• _Work request_
Wherever "Patas" turns up in the entries, copy out the line that holds it.

• _Exercise input_
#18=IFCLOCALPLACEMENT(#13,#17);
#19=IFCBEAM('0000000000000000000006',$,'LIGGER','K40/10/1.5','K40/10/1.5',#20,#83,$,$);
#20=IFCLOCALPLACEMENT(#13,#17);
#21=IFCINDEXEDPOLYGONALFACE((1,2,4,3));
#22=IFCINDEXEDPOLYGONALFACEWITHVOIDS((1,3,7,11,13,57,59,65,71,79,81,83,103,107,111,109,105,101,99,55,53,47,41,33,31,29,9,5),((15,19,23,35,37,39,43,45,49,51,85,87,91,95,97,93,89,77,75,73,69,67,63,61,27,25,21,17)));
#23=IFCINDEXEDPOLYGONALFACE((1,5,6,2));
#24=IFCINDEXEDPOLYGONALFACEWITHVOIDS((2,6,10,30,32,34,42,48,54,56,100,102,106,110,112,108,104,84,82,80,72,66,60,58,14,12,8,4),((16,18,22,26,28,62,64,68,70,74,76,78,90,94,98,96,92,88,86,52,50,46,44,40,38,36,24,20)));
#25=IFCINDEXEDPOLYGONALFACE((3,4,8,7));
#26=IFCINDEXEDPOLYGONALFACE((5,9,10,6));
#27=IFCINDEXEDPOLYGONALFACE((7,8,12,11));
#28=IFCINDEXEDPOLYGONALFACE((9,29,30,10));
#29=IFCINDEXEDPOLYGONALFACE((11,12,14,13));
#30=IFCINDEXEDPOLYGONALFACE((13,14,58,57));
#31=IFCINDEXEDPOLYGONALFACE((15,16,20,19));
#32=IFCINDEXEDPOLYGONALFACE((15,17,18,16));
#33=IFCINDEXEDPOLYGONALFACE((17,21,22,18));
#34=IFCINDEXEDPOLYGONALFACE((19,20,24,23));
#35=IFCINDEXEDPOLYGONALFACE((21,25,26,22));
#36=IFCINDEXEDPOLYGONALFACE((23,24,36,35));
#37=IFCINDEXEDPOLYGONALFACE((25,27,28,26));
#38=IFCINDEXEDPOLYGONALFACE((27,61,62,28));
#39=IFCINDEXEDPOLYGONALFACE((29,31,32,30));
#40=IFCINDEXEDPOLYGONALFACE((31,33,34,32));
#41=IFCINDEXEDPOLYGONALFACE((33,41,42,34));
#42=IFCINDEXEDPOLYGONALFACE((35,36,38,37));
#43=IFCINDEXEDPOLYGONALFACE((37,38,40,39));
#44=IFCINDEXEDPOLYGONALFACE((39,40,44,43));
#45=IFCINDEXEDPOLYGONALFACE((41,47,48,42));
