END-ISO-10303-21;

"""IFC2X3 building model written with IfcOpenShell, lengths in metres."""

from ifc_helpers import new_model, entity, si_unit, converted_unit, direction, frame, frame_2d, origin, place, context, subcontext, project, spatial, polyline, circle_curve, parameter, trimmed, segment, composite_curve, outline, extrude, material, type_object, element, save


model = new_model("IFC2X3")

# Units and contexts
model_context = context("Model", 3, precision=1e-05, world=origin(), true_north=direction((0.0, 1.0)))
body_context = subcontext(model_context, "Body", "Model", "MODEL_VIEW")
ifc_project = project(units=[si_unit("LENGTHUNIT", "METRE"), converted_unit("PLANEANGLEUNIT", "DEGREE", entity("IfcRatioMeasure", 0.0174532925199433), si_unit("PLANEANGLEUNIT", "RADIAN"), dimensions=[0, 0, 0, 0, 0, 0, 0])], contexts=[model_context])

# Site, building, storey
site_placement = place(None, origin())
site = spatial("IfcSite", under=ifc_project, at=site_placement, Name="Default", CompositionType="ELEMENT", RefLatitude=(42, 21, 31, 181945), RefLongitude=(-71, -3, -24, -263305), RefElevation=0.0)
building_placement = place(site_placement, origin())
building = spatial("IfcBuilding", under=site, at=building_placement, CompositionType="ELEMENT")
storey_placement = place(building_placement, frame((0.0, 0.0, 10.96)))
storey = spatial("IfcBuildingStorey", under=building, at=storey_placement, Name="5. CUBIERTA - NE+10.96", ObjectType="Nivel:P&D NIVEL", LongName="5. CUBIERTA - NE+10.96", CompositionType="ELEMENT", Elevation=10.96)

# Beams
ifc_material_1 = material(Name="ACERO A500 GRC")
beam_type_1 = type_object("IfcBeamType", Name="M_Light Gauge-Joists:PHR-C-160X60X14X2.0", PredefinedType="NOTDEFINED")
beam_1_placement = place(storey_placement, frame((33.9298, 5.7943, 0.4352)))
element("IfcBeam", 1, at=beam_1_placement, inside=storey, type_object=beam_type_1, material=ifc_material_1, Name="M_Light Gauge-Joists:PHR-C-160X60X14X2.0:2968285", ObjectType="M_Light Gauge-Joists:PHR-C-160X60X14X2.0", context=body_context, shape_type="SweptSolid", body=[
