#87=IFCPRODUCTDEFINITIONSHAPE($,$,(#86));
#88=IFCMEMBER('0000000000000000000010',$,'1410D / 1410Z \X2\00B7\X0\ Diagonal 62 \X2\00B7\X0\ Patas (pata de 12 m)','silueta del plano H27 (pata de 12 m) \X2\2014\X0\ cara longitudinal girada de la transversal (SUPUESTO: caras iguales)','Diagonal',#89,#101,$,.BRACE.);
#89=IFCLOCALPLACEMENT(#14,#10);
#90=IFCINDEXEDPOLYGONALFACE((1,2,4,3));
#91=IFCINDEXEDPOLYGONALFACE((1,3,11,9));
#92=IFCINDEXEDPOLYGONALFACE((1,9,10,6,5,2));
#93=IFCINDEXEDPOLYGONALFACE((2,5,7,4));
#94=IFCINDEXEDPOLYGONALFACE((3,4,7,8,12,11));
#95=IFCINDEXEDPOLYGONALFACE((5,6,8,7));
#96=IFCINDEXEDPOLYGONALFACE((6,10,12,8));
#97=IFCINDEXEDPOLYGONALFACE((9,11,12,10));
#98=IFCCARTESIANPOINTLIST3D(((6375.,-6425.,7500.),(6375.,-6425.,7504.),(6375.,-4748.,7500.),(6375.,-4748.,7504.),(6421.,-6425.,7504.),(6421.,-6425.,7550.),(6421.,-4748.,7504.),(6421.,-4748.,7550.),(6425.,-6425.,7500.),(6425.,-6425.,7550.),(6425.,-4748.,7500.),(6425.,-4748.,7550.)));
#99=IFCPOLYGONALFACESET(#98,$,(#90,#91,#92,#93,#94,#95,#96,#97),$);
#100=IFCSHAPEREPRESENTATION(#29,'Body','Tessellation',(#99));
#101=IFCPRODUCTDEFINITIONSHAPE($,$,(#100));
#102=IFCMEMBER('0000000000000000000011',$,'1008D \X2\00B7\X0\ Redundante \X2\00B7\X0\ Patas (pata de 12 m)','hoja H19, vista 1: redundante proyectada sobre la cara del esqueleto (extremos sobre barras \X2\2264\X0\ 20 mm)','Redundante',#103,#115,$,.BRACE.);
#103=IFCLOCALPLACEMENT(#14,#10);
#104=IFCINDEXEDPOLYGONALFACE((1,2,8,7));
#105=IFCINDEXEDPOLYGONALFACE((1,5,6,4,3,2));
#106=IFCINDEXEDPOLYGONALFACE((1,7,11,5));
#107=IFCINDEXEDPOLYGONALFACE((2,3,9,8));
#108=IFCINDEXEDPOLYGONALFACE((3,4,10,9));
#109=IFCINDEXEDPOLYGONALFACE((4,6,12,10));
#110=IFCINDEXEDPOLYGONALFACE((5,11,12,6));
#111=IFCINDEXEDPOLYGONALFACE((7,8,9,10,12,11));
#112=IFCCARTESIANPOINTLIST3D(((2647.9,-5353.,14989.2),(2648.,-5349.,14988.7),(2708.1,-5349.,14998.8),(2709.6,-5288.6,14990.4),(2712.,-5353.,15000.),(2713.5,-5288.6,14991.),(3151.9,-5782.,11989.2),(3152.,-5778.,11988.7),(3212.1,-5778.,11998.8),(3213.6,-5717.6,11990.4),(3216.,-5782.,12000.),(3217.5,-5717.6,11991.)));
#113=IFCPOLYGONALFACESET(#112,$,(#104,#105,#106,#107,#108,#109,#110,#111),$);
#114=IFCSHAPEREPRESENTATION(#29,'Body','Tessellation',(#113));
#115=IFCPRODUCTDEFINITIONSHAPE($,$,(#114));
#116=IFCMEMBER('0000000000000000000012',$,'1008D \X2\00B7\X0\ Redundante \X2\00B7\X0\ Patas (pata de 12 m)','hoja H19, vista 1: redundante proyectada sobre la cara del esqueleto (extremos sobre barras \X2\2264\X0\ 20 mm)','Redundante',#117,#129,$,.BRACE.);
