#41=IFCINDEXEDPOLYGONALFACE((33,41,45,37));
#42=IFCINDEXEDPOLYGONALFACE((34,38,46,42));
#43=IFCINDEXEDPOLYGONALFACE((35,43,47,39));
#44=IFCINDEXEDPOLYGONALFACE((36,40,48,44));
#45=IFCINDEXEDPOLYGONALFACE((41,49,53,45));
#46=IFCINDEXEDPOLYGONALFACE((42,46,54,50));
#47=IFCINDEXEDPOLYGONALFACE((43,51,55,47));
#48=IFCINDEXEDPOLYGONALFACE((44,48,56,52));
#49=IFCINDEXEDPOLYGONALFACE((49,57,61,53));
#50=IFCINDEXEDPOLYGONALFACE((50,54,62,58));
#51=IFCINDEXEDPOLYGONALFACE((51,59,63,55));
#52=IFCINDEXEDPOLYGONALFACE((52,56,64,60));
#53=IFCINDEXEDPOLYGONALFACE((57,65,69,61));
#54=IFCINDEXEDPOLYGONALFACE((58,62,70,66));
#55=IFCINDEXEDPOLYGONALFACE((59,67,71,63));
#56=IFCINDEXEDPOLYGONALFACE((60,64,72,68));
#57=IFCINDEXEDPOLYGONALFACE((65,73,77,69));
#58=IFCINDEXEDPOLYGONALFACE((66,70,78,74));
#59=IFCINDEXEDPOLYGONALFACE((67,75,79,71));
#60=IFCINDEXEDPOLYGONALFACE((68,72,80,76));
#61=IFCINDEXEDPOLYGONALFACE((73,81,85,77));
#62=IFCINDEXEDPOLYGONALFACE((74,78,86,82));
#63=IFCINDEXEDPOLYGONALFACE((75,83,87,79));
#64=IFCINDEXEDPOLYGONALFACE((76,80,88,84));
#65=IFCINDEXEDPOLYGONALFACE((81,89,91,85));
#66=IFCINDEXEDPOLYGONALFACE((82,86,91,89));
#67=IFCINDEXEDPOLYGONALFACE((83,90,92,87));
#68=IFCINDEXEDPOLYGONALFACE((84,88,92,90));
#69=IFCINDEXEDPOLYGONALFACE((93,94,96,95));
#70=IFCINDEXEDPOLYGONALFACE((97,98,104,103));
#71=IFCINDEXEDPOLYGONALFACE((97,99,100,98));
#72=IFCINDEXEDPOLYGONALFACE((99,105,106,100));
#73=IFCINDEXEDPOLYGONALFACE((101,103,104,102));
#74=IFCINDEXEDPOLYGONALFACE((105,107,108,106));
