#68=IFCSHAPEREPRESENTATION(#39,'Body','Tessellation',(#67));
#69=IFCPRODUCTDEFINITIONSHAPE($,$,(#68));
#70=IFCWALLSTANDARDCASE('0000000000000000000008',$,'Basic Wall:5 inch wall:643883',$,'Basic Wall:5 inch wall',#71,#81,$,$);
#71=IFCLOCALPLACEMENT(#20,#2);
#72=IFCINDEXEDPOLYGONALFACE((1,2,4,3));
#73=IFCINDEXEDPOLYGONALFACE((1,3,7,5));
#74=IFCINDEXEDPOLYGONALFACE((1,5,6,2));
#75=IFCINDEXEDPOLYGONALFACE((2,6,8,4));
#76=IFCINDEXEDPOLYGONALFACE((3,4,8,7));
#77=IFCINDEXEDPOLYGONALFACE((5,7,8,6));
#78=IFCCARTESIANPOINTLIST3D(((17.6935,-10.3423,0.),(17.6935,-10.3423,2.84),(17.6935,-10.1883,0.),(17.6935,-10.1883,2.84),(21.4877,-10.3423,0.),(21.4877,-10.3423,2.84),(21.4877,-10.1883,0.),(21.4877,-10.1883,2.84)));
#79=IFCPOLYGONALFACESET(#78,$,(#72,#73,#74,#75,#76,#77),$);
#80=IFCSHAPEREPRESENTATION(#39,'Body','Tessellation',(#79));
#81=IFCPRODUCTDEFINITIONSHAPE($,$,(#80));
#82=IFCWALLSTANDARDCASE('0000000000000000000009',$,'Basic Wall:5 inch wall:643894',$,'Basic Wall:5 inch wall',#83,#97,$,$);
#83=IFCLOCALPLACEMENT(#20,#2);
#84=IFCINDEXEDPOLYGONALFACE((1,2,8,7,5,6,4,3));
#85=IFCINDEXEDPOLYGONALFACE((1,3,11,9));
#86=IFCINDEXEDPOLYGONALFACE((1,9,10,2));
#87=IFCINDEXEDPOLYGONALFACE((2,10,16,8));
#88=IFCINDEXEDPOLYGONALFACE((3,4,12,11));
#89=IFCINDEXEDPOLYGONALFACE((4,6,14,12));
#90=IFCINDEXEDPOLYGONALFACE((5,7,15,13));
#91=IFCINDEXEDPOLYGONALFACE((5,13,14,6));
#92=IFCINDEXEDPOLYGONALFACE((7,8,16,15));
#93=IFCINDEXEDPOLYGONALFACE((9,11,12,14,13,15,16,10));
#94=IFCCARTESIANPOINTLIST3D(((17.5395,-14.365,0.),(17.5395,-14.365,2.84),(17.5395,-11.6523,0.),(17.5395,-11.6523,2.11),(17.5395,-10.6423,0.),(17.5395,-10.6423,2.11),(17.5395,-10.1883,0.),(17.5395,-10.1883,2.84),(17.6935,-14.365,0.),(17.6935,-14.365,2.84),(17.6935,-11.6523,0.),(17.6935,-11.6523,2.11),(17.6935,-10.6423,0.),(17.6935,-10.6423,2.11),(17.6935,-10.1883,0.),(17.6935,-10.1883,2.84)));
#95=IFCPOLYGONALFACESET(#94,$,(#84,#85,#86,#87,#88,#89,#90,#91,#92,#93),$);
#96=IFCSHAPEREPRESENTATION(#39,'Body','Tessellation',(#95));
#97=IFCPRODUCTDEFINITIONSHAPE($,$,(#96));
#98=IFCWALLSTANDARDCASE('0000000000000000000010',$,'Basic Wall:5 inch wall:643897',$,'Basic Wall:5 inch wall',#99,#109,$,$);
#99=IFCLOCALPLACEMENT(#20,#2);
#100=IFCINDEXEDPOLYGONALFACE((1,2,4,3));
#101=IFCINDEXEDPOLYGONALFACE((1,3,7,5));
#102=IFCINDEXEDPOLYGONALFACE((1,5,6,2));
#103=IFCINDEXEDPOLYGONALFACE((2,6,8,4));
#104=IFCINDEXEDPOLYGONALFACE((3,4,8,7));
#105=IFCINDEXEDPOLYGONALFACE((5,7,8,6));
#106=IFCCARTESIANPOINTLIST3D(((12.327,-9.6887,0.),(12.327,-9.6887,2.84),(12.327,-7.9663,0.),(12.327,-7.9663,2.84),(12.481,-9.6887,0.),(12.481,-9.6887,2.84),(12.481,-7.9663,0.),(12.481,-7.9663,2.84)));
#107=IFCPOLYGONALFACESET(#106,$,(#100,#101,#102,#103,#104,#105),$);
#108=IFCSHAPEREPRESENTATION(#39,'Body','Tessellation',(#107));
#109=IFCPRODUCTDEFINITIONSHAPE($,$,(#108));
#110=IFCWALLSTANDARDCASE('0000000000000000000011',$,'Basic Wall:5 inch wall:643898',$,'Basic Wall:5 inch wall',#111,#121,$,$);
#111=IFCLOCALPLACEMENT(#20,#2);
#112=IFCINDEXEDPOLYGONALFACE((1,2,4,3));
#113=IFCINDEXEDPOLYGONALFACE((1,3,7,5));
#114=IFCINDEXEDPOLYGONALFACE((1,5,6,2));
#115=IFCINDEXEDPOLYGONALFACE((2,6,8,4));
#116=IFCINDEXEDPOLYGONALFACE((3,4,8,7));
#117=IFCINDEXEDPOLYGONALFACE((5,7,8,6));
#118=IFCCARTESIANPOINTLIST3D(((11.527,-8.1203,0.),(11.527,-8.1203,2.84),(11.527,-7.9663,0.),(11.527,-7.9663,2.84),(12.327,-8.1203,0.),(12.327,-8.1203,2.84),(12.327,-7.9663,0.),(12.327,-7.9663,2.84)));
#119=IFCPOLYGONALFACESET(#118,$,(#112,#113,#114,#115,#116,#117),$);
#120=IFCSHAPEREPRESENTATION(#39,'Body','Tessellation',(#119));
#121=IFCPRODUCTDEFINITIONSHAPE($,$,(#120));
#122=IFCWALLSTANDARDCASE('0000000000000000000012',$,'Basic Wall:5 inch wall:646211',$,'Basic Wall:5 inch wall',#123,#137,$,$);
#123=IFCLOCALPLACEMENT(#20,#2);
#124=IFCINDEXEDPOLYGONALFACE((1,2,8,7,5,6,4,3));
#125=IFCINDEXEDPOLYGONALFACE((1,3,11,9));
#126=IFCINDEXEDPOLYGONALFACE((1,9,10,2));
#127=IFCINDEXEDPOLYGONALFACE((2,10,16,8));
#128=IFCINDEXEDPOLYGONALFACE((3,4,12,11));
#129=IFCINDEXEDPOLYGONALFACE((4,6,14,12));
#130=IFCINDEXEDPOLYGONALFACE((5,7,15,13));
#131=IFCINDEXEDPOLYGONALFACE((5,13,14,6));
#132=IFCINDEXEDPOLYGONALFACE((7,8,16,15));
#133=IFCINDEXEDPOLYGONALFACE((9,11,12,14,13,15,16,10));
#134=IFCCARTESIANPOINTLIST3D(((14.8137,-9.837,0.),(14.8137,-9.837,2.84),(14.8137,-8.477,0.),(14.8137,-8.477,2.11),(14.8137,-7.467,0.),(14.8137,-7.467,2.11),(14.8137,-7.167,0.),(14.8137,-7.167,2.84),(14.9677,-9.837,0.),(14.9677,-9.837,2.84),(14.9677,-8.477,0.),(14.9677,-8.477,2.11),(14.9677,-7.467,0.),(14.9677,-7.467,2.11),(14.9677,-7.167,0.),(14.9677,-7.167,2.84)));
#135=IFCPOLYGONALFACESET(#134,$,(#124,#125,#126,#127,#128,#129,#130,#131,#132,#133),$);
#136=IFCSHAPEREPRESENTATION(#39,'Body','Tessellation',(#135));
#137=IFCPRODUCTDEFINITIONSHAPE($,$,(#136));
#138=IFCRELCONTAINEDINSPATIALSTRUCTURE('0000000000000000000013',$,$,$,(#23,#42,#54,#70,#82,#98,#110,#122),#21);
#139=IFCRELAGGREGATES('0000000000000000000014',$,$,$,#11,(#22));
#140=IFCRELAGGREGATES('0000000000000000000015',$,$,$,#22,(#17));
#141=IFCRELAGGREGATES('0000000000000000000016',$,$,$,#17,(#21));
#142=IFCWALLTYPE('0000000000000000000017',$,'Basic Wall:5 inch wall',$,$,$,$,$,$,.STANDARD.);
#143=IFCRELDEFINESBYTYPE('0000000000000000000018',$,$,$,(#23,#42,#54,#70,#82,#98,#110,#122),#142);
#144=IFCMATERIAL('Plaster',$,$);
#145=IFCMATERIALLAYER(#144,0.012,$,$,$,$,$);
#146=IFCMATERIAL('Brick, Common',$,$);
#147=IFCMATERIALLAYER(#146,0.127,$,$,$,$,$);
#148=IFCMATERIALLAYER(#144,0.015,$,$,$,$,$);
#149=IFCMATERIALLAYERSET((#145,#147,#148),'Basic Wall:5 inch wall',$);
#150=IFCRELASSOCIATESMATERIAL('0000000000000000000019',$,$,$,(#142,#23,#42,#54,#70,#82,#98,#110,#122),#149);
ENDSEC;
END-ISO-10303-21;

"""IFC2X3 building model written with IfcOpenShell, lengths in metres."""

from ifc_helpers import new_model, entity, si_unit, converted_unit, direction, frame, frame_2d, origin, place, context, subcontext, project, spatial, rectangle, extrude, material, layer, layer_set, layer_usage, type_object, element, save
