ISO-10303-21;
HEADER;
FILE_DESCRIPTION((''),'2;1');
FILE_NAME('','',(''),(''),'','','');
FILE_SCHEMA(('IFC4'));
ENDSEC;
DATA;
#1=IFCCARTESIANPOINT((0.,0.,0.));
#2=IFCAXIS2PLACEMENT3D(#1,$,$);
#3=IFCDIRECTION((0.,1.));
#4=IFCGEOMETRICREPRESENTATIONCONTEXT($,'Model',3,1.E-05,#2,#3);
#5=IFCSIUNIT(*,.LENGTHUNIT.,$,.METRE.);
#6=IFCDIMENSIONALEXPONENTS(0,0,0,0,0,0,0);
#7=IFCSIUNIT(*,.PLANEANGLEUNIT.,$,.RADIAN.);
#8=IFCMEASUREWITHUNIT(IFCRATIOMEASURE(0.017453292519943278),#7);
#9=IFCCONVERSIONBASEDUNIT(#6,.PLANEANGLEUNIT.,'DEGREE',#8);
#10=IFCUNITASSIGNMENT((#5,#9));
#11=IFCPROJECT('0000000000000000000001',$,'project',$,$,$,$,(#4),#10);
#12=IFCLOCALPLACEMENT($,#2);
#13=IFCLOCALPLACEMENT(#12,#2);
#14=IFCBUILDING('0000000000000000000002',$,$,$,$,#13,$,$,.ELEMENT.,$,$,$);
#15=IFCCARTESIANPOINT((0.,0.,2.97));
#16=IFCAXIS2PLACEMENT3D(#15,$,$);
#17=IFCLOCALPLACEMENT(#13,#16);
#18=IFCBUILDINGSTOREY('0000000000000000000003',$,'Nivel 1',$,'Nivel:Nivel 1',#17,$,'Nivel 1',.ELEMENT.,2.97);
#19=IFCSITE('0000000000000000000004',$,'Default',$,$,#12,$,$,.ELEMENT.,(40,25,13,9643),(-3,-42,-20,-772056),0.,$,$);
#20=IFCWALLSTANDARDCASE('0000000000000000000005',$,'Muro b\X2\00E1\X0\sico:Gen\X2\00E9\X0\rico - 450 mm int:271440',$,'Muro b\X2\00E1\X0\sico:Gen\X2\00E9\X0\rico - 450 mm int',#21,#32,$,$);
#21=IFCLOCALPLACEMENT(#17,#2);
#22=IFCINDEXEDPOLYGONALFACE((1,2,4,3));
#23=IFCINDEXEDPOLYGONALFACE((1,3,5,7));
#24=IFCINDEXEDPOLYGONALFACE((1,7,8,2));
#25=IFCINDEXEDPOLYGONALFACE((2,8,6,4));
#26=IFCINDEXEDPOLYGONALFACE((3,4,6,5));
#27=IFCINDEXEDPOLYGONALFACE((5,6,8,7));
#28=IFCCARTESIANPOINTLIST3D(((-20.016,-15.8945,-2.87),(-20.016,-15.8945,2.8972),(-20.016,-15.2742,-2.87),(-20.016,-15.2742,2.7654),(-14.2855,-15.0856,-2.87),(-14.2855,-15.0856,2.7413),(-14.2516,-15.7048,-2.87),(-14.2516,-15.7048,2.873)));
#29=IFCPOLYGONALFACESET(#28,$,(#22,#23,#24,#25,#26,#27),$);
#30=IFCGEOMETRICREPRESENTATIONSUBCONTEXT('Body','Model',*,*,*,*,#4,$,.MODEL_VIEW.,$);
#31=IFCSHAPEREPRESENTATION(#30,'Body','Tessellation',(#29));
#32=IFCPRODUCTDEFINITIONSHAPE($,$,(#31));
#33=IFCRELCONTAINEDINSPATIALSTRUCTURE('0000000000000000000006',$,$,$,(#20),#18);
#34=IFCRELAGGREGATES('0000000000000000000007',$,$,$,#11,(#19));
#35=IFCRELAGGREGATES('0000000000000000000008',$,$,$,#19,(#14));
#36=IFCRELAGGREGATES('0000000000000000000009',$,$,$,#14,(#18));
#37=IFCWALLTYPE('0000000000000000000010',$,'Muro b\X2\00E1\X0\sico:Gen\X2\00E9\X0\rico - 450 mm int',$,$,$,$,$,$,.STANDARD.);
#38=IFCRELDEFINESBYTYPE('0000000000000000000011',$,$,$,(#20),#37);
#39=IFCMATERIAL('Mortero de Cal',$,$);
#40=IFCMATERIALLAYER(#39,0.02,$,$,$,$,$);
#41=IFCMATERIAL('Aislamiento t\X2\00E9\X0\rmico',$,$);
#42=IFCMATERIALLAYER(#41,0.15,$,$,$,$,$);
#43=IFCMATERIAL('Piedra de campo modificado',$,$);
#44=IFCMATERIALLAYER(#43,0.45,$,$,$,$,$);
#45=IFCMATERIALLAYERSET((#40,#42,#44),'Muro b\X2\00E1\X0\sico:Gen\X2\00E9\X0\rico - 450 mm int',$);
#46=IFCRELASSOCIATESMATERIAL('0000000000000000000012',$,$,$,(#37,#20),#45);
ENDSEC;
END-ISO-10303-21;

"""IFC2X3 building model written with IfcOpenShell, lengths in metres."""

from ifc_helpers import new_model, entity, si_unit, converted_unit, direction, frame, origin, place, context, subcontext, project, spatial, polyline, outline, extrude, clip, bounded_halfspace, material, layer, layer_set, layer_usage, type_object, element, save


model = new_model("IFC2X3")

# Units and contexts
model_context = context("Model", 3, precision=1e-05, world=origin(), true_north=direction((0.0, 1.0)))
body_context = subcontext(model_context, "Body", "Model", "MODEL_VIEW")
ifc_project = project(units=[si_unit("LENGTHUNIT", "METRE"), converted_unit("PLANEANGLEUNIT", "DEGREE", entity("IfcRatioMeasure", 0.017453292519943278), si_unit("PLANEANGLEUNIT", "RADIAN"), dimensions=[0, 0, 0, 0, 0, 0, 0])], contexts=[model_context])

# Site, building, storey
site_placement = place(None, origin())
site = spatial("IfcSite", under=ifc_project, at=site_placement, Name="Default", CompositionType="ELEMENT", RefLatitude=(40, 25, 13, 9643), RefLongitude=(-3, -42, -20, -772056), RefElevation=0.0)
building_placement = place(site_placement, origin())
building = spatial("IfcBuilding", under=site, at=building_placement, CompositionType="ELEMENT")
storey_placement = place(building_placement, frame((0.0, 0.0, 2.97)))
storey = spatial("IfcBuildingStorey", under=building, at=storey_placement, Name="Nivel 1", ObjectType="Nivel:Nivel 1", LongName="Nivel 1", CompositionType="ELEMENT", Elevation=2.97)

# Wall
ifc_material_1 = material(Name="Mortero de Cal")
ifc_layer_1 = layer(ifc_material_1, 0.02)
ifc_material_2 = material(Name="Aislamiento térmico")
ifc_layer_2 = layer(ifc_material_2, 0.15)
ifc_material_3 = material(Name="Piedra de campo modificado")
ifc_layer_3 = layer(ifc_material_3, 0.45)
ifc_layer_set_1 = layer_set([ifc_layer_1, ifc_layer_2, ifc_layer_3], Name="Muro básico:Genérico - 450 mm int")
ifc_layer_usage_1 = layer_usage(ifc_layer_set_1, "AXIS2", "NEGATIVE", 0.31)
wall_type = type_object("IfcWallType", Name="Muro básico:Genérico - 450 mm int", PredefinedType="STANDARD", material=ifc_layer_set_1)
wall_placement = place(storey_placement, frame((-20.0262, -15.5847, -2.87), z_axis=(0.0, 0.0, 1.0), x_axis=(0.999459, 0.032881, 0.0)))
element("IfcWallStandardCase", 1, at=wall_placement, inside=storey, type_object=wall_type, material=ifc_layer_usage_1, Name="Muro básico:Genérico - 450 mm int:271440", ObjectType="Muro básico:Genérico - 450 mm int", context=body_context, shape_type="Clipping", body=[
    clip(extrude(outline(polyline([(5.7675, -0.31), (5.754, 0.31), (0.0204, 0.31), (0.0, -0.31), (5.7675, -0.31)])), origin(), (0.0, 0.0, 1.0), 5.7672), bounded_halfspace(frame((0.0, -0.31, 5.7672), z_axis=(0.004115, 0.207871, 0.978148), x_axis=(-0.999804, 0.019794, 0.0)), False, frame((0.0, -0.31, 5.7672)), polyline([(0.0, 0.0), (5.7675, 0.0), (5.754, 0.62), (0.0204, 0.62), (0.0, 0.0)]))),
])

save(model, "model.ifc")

• _Reply to the task_
#88=IFCMEMBER('0000000000000000000010',$,'1410D / 1410Z \X2\00B7\X0\ Diagonal 62 \X2\00B7\X0\ Patas (pata de 12 m)','silueta del plano H27 (pata de 12 m) \X2\2014\X0\ cara longitudinal girada de la transversal (SUPUESTO: caras iguales)','Diagonal',#89,#101,$,.BRACE.);
#102=IFCMEMBER('0000000000000000000011',$,'1008D \X2\00B7\X0\ Redundante \X2\00B7\X0\ Patas (pata de 12 m)','hoja H19, vista 1: redundante proyectada sobre la cara del esqueleto (extremos sobre barras \X2\2264\X0\ 20 mm)','Redundante',#103,#115,$,.BRACE.);
#116=IFCMEMBER('0000000000000000000012',$,'1008D \X2\00B7\X0\ Redundante \X2\00B7\X0\ Patas (pata de 12 m)','hoja H19, vista 1: redundante proyectada sobre la cara del esqueleto (extremos sobre barras \X2\2264\X0\ 20 mm)','Redundante',#117,#129,$,.BRACE.);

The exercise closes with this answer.